Assigned task: Each line in the data holding "IFCRELVOIDSELEMENT" should be listed.

__________________________________________________

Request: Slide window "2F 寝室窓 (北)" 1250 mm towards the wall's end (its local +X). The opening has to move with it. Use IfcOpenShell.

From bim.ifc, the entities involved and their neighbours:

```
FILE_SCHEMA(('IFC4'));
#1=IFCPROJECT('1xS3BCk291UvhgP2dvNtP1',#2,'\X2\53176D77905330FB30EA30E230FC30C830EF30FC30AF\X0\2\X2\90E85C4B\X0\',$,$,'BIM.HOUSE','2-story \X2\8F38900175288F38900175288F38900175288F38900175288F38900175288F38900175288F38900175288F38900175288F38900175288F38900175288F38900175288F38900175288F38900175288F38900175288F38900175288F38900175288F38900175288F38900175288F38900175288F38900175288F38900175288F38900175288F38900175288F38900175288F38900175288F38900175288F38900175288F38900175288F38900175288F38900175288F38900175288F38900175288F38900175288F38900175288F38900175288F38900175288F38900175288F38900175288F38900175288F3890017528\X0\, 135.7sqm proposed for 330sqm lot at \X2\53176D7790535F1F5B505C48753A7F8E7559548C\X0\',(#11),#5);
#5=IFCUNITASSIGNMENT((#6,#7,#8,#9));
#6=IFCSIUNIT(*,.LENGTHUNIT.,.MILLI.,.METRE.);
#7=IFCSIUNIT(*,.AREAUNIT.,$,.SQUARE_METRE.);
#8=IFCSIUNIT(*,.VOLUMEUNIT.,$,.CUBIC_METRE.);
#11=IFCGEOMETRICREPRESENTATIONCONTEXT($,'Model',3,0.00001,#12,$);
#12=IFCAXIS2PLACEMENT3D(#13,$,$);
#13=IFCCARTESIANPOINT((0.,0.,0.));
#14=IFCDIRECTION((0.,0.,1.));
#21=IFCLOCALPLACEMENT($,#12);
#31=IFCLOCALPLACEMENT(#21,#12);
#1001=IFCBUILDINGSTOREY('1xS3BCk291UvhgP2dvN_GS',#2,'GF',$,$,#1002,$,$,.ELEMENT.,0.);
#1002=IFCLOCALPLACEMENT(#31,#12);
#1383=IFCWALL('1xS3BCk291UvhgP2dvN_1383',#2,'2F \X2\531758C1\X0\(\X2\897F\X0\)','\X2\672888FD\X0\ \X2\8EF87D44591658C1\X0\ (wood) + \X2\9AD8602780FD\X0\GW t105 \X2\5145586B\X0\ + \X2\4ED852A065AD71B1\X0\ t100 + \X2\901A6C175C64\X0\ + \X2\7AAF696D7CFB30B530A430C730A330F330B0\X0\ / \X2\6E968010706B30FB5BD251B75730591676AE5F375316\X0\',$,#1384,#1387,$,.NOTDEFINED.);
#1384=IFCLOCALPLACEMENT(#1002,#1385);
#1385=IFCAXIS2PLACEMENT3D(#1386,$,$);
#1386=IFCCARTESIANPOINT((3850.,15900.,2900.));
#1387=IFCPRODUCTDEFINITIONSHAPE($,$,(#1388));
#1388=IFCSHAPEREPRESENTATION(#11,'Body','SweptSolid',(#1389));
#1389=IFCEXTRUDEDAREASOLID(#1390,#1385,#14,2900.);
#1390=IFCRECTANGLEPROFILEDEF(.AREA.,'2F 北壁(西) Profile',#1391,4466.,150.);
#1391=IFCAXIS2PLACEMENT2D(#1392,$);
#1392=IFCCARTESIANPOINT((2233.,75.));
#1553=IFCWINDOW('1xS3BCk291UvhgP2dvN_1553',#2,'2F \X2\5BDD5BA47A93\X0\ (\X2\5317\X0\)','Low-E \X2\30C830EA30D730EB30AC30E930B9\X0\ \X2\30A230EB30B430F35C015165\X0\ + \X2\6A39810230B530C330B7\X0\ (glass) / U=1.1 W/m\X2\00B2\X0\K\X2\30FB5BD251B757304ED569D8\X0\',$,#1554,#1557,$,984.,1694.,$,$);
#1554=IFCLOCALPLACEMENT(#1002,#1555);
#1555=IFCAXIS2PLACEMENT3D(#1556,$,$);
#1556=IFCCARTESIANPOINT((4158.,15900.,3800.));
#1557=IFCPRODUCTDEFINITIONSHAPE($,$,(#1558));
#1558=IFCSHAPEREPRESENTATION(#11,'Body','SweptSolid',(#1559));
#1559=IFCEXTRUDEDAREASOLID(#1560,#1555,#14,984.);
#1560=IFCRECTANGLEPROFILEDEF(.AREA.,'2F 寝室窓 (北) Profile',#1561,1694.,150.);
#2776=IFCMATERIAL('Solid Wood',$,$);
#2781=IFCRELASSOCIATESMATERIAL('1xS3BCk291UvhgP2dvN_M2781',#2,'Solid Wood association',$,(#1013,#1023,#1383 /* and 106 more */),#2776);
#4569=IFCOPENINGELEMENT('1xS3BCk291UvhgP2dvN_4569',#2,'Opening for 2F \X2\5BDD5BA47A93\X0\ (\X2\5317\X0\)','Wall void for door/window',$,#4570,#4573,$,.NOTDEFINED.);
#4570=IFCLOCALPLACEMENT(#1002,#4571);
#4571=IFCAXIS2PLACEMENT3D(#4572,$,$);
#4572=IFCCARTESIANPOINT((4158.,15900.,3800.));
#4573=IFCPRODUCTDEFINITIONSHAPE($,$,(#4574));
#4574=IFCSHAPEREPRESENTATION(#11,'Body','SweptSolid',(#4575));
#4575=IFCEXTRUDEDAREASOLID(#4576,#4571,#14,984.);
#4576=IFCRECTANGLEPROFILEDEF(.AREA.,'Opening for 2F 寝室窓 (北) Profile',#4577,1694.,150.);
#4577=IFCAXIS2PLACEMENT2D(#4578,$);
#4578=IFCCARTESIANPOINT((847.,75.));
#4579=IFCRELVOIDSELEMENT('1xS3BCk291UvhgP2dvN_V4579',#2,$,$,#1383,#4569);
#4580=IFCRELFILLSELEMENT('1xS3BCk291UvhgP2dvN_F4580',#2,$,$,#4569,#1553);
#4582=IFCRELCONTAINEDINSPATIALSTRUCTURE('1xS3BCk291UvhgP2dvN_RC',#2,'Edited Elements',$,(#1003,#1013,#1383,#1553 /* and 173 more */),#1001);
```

```python
import ifcopenshell
import ifcopenshell.api.geometry
import ifcopenshell.util.placement
import ifcopenshell.util.unit

model = ifcopenshell.open("bim.ifc")
unit_scale = ifcopenshell.util.unit.calculate_unit_scale(model)

window = model.by_id(1553)
opening = window.FillsVoids[0].RelatingOpeningElement
wall = opening.VoidsElements[0].RelatingBuildingElement

wall_matrix = ifcopenshell.util.placement.get_local_placement(wall.ObjectPlacement)
shift = wall_matrix[:3, 0] * 1.25 / unit_scale
before = ifcopenshell.util.placement.get_local_placement(window.ObjectPlacement)[:3, 3].copy()

# The window is not placed relative to its opening, so move both.
for product in (opening, window):
    matrix = ifcopenshell.util.placement.get_local_placement(product.ObjectPlacement)
    matrix[:3, 3] += shift
    ifcopenshell.api.geometry.edit_object_placement(model, product=product, matrix=matrix, is_si=False)

after = ifcopenshell.util.placement.get_local_placement(window.ObjectPlacement)[:3, 3]
print("window moved by", (after - before).round(3) + 0.0)

model.write("bim-out.ifc")
```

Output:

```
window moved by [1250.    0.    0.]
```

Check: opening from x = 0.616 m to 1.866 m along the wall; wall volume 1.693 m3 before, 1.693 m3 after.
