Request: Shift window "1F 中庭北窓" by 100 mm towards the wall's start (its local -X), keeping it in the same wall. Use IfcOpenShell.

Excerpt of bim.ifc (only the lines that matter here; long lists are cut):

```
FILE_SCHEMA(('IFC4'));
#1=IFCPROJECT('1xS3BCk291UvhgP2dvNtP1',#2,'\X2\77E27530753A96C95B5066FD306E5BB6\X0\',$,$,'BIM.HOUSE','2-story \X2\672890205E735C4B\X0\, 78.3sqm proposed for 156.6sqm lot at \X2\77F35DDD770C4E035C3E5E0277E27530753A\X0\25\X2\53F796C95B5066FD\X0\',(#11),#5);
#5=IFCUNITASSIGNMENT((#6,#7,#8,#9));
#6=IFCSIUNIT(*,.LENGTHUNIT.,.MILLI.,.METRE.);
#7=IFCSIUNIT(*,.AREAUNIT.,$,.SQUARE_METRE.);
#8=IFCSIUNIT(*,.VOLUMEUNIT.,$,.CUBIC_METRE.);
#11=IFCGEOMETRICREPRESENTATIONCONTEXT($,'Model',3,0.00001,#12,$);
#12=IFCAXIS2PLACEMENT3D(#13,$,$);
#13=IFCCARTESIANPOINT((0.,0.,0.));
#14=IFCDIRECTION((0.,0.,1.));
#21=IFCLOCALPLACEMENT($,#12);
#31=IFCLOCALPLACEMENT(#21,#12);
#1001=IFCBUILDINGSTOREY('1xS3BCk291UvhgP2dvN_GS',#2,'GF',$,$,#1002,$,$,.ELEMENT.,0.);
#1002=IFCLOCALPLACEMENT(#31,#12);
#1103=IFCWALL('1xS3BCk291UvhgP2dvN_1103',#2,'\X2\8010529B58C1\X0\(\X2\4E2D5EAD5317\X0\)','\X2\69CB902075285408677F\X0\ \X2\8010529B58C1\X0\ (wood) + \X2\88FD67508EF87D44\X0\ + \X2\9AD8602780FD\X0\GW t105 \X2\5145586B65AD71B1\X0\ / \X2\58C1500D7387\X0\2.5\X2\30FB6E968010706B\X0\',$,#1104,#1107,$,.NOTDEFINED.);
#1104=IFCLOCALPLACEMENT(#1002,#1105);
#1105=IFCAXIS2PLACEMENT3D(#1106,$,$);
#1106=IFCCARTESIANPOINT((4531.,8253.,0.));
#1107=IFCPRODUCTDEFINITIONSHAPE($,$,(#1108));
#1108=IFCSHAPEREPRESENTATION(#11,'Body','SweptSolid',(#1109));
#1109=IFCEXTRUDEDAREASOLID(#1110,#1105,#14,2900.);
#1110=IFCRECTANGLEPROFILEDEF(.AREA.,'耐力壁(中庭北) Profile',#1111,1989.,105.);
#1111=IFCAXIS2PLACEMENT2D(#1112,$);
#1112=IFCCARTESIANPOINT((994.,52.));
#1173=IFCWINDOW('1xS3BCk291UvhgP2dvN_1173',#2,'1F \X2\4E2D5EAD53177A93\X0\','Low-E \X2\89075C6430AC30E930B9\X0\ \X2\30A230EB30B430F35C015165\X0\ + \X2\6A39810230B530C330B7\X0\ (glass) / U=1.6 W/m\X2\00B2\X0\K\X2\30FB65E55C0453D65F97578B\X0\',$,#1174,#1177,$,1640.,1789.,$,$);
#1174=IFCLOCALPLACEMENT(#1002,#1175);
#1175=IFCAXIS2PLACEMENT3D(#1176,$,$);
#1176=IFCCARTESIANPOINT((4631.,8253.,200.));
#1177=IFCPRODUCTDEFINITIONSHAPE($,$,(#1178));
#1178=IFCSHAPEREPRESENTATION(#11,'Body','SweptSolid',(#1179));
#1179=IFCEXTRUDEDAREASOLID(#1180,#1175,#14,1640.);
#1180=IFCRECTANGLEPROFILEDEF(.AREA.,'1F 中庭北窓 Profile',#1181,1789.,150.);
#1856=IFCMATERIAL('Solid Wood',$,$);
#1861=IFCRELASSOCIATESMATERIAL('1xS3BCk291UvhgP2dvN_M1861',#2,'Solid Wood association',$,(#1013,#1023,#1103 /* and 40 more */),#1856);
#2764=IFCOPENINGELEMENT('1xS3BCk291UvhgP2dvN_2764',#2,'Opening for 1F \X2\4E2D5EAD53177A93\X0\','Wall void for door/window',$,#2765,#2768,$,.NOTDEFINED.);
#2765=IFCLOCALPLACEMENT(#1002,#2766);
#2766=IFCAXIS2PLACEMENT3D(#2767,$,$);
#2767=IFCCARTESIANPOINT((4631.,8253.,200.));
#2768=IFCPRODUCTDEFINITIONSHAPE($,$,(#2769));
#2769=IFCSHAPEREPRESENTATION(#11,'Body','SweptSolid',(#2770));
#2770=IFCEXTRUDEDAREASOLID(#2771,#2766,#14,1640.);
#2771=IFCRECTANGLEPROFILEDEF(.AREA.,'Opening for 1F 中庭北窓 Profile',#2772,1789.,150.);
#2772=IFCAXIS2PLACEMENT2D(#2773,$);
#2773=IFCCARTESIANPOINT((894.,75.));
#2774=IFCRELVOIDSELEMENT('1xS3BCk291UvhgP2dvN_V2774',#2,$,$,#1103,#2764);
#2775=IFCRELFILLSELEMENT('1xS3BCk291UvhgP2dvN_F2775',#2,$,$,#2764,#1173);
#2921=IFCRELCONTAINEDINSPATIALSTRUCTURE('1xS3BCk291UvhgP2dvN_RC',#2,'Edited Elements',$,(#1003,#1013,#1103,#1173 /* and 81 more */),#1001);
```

```python
import ifcopenshell
import ifcopenshell.api.geometry
import ifcopenshell.util.placement
import ifcopenshell.util.unit

model = ifcopenshell.open("bim.ifc")
unit_scale = ifcopenshell.util.unit.calculate_unit_scale(model)

window = model.by_guid("1xS3BCk291UvhgP2dvN_1173")
opening = window.FillsVoids[0].RelatingOpeningElement
wall = opening.VoidsElements[0].RelatingBuildingElement

wall_matrix = ifcopenshell.util.placement.get_local_placement(wall.ObjectPlacement)
shift = wall_matrix[:3, 0] * -0.1 / unit_scale
before = ifcopenshell.util.placement.get_local_placement(window.ObjectPlacement)[:3, 3].copy()

# The window is not placed relative to its opening, so move both.
for product in (opening, window):
    matrix = ifcopenshell.util.placement.get_local_placement(product.ObjectPlacement)
    matrix[:3, 3] += shift
    ifcopenshell.api.geometry.edit_object_placement(model, product=product, matrix=matrix, is_si=False)

after = ifcopenshell.util.placement.get_local_placement(window.ObjectPlacement)[:3, 3]
print("window moved by", (after - before).round(3) + 0.0)

model.write("bim_rev.ifc")
```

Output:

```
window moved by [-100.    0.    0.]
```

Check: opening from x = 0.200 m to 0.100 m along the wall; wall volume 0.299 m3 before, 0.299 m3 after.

__________________________________________________

Written response:
#4579=IFCRELVOIDSELEMENT('1xS3BCk291UvhgP2dvN_V4579',#2,$,$,#1383,#4569);
#2774=IFCRELVOIDSELEMENT('1xS3BCk291UvhgP2dvN_V2774',#2,$,$,#1103,#2764);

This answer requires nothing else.